# Mohicanville & Mohawk Dam's Advice



## Ohio Kingfisher (Oct 23, 2010)

How-Do Friends

With some vacation time around the river bend...hoping to expand my stream fishing locations. Looking on a map the Lake Fork of Mohican River at Mohicanville Dam and the Walhonding River at Mohawk look promising. Any advice or past experiences would be greatly appreciated. 

Back in Northeastern Ohio, I often fish spillways year round below...Dover Dam, Atwood Dam, Beach City Dam and Bolivar Dam with much success and a mixed bag of gamefish.

What can I expect of these two promising locations???

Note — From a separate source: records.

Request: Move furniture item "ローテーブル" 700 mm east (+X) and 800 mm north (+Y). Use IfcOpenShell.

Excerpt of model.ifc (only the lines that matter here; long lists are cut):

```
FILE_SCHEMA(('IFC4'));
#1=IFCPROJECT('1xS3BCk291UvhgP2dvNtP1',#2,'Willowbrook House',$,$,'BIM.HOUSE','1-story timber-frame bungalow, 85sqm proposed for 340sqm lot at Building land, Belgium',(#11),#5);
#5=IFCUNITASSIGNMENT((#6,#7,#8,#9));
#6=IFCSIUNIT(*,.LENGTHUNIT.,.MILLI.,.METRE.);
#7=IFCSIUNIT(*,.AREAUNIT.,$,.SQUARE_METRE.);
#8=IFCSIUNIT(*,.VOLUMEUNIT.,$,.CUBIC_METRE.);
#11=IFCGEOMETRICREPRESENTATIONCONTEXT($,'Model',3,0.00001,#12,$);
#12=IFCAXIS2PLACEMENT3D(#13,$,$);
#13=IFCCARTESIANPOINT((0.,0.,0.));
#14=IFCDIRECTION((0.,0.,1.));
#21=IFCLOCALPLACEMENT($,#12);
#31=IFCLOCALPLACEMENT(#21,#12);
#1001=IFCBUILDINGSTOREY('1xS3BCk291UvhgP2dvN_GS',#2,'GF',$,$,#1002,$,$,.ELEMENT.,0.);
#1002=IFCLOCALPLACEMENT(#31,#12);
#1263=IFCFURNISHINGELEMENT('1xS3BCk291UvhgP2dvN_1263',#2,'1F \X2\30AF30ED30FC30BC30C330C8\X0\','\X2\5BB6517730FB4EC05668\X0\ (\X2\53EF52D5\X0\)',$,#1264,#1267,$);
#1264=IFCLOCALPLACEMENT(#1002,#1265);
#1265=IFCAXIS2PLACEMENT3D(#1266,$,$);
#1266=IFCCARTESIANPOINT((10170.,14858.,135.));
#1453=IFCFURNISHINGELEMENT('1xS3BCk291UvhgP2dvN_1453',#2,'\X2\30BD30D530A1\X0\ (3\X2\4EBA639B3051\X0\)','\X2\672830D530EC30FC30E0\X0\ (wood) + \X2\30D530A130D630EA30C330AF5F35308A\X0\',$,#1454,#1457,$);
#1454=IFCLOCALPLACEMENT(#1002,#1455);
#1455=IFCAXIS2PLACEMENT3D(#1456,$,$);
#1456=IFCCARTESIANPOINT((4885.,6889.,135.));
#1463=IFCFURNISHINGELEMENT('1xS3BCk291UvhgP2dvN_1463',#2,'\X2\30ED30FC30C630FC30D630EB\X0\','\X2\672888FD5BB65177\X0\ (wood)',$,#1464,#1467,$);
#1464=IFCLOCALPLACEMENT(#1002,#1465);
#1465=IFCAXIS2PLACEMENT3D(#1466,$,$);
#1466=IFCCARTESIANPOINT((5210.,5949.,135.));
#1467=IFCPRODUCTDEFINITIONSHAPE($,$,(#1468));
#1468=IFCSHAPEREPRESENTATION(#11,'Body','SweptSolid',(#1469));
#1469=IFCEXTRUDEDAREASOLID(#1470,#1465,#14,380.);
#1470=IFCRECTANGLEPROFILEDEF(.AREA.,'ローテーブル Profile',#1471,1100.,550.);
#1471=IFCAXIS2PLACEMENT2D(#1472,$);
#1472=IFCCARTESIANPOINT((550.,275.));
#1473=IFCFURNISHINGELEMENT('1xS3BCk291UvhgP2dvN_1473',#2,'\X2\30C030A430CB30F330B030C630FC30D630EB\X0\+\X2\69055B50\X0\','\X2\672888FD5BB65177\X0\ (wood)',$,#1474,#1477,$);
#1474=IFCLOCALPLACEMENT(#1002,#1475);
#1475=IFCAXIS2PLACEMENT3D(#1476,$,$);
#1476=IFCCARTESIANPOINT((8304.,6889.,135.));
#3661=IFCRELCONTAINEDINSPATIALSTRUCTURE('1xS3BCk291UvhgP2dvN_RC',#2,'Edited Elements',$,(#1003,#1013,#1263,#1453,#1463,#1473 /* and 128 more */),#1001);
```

```python
import ifcopenshell
import ifcopenshell.api.geometry
import ifcopenshell.util.placement
import ifcopenshell.util.unit

model = ifcopenshell.open("model.ifc")
unit_scale = ifcopenshell.util.unit.calculate_unit_scale(model)

item = model.by_guid("1xS3BCk291UvhgP2dvN_1463")
matrix = ifcopenshell.util.placement.get_local_placement(item.ObjectPlacement)
matrix[0, 3] += 0.7 / unit_scale
matrix[1, 3] += 0.8 / unit_scale
ifcopenshell.api.geometry.edit_object_placement(model, product=item, matrix=matrix, is_si=False)

print(ifcopenshell.util.placement.get_local_placement(item.ObjectPlacement).round(3) + 0.0)

model.write("model_rev.ifc")
```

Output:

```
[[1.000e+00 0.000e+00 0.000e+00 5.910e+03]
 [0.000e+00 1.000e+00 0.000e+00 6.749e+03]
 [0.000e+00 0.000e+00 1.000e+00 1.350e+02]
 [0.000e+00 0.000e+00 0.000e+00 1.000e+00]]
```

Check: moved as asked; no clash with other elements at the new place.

*Ohio Kingfisher...I Cast in Current*


----------



## foundationfisher (May 12, 2008)

i've fished mohawk dam quite a bit. unfortunatly i haven't been able to make it this year yet. it's got anything you want to catch. one of my favorite spots.


----------



## Mushijobah (May 4, 2004)

Smallmouth, Pike, maybe a bonus eye? You never know in that river!


----------



## Bubbagon (Mar 8, 2010)

Below the dam, on the Walhonding River, you will definately get into some pike. I bet we average 3 a piece when we go, and we're targeting smallies.


----------



## Ohio Kingfisher (Oct 23, 2010)

How-Do Friends

Many thanks for all of the input and advice...much appreciated. Looking forward to expanding my stream fishing territory. Excited to hear about smallmouth bass and northern pike...any chance for saugeye or flathead catfish??

*Ohio Kingfisher...I Cast in Current*


----------



## Bluegillin' (Jan 28, 2009)

Kingfisher,

There are saugeye in the Walhonding. I am sure that there are a few flatheads in there as well. I used to catch some decent channel cats in there too. Definitely a good river to float.


----------